- MATERIAL FOR THIS TASK -
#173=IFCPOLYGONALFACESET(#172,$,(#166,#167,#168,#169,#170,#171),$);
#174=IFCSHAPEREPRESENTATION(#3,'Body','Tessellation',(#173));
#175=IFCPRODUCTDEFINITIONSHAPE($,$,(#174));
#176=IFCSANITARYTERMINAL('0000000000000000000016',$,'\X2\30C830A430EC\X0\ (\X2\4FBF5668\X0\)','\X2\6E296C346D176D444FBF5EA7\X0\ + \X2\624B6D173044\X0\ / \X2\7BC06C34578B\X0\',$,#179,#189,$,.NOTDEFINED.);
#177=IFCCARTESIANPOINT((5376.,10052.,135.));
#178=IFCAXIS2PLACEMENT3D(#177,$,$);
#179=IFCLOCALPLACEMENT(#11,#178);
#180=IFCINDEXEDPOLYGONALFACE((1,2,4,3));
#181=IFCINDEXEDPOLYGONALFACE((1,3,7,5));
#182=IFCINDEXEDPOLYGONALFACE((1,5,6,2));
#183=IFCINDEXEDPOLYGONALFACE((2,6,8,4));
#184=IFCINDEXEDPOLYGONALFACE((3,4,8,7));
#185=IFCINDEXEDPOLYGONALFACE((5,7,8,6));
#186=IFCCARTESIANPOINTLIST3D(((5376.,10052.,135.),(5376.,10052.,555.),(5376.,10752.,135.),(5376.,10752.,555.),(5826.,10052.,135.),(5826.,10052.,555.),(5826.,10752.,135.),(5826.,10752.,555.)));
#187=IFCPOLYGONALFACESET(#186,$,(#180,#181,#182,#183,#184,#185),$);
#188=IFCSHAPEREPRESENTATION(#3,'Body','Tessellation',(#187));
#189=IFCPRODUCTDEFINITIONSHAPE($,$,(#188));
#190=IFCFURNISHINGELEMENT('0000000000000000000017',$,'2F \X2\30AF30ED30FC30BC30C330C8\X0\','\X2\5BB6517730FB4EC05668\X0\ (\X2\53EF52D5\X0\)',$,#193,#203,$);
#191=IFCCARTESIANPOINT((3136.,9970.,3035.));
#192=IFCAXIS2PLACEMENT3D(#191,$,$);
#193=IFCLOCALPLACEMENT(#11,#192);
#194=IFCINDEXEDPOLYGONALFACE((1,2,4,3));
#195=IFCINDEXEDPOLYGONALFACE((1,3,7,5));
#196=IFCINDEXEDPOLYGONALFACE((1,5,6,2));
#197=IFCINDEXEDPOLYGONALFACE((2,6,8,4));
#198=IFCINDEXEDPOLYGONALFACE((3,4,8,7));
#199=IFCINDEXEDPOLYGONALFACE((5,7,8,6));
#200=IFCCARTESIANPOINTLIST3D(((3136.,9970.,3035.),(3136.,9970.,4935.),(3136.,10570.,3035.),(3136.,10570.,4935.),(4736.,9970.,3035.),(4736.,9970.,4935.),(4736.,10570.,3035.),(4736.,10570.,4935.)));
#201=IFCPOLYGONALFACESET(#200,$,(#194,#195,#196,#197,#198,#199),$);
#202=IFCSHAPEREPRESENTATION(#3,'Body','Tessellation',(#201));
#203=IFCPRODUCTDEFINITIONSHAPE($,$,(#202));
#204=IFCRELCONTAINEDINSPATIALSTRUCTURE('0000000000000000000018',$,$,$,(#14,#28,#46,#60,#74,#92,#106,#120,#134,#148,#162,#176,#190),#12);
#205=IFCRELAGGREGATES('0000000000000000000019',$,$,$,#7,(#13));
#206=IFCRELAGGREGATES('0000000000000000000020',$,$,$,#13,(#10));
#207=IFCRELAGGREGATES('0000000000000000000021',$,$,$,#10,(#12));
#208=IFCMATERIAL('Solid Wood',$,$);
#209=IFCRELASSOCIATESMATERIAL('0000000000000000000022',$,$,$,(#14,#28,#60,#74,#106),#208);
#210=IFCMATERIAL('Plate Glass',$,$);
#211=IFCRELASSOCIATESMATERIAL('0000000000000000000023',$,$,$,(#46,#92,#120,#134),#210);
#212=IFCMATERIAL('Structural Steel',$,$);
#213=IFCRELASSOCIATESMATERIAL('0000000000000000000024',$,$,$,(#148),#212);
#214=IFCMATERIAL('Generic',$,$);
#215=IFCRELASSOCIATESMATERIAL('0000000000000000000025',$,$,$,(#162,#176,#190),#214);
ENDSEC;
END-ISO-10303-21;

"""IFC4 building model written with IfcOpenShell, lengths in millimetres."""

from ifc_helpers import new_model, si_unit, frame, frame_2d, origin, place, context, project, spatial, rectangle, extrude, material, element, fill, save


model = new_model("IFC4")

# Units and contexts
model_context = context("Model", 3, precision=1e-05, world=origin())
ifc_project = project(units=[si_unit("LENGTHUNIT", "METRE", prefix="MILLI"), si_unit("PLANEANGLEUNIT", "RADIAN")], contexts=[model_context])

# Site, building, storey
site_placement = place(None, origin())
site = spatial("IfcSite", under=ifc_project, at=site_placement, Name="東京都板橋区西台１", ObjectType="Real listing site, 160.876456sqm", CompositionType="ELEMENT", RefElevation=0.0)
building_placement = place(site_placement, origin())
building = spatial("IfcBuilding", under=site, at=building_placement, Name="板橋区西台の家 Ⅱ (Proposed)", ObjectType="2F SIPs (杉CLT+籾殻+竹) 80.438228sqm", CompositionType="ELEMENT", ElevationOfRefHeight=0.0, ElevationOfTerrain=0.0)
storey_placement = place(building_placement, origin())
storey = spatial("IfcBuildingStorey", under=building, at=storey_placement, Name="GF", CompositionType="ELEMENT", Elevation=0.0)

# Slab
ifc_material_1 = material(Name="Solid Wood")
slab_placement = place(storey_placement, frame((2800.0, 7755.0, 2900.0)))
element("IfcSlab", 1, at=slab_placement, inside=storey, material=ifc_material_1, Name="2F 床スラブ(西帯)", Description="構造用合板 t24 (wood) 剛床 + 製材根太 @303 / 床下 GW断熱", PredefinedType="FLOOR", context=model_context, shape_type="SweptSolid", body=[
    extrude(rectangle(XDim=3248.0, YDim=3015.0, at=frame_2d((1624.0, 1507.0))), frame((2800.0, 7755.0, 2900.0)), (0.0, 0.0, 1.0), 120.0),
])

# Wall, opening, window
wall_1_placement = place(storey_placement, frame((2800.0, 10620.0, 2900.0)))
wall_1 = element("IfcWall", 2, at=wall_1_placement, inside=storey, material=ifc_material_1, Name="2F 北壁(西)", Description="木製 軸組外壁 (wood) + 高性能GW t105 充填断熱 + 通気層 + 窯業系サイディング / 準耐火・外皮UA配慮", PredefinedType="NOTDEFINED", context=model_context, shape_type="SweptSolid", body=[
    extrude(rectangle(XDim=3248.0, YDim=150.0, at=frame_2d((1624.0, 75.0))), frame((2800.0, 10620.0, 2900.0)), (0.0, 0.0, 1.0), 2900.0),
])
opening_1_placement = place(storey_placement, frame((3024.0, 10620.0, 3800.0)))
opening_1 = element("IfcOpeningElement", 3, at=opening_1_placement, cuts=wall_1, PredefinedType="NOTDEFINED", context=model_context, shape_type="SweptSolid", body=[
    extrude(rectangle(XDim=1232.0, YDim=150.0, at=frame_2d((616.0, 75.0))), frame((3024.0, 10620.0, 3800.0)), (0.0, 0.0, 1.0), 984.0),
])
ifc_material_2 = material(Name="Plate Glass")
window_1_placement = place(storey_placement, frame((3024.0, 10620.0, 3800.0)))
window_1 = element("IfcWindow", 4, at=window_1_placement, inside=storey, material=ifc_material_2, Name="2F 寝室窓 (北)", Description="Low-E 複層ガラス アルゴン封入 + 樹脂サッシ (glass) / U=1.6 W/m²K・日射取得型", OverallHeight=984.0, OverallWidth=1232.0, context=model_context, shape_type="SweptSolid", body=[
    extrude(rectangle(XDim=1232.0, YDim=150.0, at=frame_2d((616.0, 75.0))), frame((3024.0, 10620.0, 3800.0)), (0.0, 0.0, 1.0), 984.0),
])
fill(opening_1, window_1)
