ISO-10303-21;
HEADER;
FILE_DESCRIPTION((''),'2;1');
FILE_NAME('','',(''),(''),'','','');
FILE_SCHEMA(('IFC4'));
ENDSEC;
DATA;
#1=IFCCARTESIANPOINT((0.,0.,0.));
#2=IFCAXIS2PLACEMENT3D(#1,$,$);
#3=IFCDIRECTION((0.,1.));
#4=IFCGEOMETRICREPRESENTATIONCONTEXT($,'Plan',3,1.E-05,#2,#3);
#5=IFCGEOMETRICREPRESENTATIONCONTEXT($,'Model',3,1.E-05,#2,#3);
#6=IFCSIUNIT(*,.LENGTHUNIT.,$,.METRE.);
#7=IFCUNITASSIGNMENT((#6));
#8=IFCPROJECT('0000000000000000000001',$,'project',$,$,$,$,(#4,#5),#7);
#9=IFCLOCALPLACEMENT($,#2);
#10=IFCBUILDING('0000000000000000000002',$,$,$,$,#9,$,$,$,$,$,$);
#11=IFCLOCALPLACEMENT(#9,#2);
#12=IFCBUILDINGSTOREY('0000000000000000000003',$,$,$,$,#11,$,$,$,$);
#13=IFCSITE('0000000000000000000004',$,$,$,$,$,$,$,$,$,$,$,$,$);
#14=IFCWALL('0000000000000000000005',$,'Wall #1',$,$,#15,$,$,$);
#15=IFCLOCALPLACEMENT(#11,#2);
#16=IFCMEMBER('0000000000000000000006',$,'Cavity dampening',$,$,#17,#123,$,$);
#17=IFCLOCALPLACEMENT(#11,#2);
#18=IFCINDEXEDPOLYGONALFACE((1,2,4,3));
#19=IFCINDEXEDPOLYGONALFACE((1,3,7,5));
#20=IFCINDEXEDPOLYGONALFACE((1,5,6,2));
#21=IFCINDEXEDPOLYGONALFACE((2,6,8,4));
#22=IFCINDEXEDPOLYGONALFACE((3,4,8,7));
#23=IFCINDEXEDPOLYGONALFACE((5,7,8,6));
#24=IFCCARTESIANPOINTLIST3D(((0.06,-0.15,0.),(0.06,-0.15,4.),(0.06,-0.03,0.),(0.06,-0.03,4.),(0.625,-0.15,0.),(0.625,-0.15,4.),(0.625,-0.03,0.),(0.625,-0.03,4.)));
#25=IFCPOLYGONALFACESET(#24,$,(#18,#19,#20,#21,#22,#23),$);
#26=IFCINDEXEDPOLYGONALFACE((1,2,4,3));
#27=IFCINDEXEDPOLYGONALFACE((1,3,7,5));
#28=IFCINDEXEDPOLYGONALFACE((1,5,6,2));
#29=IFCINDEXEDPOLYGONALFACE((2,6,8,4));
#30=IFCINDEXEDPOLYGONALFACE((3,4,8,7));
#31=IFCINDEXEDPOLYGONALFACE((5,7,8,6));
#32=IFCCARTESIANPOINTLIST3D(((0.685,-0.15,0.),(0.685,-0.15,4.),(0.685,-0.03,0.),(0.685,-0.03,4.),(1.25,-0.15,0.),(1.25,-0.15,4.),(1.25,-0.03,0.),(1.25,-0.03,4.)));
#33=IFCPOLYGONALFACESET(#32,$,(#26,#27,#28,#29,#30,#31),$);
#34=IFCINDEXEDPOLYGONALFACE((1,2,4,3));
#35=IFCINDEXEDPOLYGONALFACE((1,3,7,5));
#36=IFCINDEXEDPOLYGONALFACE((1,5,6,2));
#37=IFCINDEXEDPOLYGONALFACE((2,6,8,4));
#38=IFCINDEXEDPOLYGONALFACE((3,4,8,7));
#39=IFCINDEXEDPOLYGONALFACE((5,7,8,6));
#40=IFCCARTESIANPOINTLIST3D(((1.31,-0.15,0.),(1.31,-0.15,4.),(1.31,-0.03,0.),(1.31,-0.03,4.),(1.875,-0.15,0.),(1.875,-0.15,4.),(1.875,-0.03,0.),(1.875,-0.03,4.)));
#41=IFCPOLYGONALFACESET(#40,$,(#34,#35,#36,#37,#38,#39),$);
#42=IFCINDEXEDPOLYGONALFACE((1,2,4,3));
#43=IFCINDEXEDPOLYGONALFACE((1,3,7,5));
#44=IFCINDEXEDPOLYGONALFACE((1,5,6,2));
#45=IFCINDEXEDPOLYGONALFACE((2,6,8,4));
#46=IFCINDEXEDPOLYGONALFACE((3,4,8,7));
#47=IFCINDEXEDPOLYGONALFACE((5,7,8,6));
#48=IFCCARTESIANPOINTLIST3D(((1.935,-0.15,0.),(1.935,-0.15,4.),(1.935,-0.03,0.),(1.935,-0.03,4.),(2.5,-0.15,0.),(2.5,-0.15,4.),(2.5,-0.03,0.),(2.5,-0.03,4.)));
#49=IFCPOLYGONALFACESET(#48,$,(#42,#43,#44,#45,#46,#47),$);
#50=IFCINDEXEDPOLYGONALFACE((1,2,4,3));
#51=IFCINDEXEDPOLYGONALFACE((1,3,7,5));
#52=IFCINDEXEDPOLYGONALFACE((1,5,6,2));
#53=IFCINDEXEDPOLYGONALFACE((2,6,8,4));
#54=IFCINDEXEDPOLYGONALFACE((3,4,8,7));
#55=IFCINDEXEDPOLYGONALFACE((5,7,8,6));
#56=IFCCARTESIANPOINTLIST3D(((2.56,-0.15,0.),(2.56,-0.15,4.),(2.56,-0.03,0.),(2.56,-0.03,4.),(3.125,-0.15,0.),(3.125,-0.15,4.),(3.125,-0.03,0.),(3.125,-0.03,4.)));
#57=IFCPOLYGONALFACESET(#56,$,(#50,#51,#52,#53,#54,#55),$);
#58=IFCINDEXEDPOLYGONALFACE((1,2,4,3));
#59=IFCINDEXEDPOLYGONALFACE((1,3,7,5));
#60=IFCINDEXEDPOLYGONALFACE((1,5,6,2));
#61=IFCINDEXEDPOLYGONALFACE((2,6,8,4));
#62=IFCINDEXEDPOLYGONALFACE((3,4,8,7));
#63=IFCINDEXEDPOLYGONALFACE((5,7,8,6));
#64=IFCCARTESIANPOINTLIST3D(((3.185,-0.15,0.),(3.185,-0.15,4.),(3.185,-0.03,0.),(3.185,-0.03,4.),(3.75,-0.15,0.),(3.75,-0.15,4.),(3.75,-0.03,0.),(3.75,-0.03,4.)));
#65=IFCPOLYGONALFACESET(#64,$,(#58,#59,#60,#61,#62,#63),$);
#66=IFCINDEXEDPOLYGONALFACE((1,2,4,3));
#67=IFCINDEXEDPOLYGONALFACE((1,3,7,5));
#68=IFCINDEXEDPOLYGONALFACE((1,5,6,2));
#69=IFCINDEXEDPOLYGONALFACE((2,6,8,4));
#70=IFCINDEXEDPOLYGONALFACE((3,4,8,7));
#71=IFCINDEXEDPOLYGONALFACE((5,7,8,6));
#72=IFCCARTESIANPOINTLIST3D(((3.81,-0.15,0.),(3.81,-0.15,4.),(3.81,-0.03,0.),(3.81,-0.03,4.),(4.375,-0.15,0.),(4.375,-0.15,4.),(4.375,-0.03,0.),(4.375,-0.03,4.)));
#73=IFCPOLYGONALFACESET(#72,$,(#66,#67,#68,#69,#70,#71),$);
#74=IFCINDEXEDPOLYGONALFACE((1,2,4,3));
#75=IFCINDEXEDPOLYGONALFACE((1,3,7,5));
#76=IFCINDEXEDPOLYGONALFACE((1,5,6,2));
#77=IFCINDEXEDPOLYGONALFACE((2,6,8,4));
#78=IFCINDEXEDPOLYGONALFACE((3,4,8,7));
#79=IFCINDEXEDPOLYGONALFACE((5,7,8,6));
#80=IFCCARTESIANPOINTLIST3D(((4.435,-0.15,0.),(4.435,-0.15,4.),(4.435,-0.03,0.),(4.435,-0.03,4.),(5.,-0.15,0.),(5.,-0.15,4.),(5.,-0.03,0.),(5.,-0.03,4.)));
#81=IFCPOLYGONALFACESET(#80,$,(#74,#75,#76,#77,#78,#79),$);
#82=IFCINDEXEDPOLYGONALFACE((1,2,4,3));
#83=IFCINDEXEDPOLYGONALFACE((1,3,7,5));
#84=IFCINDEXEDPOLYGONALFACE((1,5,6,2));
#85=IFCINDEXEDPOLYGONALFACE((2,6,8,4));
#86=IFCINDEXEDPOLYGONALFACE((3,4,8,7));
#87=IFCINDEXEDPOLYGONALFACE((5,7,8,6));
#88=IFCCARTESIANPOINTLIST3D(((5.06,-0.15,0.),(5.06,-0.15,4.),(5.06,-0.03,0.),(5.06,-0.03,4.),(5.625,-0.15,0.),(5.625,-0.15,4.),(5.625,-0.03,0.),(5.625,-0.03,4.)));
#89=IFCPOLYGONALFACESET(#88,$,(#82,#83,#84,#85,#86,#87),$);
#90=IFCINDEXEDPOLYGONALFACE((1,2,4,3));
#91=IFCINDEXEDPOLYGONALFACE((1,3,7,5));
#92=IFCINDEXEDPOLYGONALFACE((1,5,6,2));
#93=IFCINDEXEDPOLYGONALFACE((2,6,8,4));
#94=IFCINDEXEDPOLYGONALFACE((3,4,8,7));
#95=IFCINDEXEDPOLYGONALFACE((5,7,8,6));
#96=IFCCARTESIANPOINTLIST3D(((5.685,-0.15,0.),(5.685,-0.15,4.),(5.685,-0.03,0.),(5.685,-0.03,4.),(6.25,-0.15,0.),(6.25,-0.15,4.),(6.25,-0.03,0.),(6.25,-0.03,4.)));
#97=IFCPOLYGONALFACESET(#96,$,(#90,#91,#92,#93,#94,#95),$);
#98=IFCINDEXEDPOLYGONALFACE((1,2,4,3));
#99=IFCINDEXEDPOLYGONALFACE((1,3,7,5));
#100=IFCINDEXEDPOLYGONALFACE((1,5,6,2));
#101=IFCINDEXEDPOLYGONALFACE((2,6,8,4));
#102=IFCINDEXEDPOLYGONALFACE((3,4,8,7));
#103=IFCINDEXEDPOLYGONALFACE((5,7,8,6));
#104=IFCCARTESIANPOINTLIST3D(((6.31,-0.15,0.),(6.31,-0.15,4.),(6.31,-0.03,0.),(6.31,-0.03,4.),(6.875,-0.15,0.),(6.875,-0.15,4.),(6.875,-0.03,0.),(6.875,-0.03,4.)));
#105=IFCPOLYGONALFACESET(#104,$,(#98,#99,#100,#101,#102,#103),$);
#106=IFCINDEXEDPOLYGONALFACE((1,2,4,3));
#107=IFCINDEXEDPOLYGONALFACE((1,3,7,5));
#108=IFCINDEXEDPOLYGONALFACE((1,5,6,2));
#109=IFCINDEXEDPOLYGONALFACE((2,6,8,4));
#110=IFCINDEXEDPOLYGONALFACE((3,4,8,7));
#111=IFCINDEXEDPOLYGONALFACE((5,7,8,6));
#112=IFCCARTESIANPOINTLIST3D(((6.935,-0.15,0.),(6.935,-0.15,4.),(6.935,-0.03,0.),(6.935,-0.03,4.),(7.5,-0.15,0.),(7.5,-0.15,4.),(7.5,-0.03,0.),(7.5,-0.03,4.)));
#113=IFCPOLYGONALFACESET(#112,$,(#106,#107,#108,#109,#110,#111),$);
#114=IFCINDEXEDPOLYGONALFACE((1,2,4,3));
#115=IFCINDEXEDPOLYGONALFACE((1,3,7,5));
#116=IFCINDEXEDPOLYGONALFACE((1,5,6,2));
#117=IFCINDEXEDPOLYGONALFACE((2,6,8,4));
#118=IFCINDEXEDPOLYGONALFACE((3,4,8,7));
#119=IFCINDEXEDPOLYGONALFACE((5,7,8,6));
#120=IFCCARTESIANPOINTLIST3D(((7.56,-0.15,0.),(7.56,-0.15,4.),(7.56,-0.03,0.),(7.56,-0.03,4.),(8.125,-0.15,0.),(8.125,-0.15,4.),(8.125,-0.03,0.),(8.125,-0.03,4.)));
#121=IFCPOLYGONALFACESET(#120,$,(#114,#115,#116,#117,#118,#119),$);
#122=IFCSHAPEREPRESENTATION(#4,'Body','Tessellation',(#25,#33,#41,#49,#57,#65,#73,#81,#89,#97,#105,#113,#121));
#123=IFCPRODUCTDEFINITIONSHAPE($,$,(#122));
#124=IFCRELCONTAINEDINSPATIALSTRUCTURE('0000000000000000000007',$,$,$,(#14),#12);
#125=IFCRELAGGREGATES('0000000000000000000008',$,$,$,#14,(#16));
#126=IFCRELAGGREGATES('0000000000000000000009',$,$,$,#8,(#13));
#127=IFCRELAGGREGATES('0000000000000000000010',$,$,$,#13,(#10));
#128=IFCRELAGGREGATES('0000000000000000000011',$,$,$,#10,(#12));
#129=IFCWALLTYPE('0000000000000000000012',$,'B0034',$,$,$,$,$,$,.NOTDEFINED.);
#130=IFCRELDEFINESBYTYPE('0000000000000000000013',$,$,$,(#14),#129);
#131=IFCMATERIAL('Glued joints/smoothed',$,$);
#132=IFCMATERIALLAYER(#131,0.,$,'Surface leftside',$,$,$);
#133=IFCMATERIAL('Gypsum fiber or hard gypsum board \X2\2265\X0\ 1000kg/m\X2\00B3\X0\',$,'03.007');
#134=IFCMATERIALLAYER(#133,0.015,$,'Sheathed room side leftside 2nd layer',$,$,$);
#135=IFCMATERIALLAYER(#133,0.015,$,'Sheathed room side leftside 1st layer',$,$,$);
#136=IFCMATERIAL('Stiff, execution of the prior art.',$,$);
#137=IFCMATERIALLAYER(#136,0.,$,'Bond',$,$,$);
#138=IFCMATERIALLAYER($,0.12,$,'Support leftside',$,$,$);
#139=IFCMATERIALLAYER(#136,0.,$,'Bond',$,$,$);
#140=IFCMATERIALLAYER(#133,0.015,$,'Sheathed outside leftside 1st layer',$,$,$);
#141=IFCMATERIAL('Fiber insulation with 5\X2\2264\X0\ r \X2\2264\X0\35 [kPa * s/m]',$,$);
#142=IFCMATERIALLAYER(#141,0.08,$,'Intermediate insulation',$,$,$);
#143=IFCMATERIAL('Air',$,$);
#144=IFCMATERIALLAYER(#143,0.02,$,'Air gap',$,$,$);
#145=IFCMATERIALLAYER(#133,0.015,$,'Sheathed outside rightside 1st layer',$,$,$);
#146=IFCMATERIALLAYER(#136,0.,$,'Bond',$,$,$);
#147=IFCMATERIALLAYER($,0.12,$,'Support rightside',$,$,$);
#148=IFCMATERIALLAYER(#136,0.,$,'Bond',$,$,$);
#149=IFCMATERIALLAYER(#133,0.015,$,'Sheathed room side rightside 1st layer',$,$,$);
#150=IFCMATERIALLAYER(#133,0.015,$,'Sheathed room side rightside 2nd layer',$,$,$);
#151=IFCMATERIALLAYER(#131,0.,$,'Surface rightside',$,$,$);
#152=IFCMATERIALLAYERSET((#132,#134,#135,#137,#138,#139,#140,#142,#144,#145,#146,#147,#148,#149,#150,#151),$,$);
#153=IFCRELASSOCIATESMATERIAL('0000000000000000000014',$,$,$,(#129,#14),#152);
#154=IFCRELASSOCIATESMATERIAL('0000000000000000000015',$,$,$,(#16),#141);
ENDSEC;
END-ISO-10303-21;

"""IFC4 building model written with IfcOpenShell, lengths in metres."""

from ifc_helpers import new_model, si_unit, direction, frame, frame_2d, origin, place, context, project, spatial, rectangle, extrude, material, layer, layer_set, type_object, element, aggregate, save


model = new_model("IFC4")

# Units and contexts
plan_context = context("Plan", 3, precision=1e-05, world=origin(), true_north=direction((0.0, 1.0)))
model_context = context("Model", 3, precision=1e-05, world=origin(), true_north=direction((0.0, 1.0)))
ifc_project = project(units=[si_unit("LENGTHUNIT", "METRE")], contexts=[plan_context, model_context])

# Site, building, storey
site = spatial("IfcSite", under=ifc_project)
building_placement = place(None, origin())
building = spatial("IfcBuilding", under=site, at=building_placement)
storey_placement = place(building_placement, origin())
storey = spatial("IfcBuildingStorey", under=building, at=storey_placement)

# Wall, member
ifc_material_1 = material(Name="Glued joints/smoothed")
ifc_layer_1 = layer(ifc_material_1, 0.0, Name="Surface leftside")
ifc_material_2 = material(Name="Gypsum fiber or hard gypsum board ≥ 1000kg/m³", Category="03.007")
ifc_layer_2 = layer(ifc_material_2, 0.015, Name="Sheathed room side leftside 2nd layer")
ifc_layer_3 = layer(ifc_material_2, 0.015, Name="Sheathed room side leftside 1st layer")
ifc_material_3 = material(Name="Stiff, execution of the prior art.")
ifc_layer_4 = layer(ifc_material_3, 0.0, Name="Bond")
ifc_layer_5 = layer(None, 0.12, Name="Support leftside")
ifc_layer_6 = layer(ifc_material_3, 0.0, Name="Bond")
ifc_layer_7 = layer(ifc_material_2, 0.015, Name="Sheathed outside leftside 1st layer")
ifc_material_4 = material(Name="Fiber insulation with 5≤ r ≤35 [kPa * s/m]")
ifc_layer_8 = layer(ifc_material_4, 0.08, Name="Intermediate insulation")
ifc_material_5 = material(Name="Air")
ifc_layer_9 = layer(ifc_material_5, 0.02, Name="Air gap")
ifc_layer_10 = layer(ifc_material_2, 0.015, Name="Sheathed outside rightside 1st layer")
ifc_layer_11 = layer(ifc_material_3, 0.0, Name="Bond")
ifc_layer_12 = layer(None, 0.12, Name="Support rightside")
ifc_layer_13 = layer(ifc_material_3, 0.0, Name="Bond")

- ACTION ITEM -
Copy each line above that has the word "fill".

- SOLUTION TO THE PROBLEM -
from ifc_helpers import new_model, si_unit, frame, frame_2d, origin, place, context, project, spatial, rectangle, extrude, material, element, fill, save
fill(opening_1, window_1)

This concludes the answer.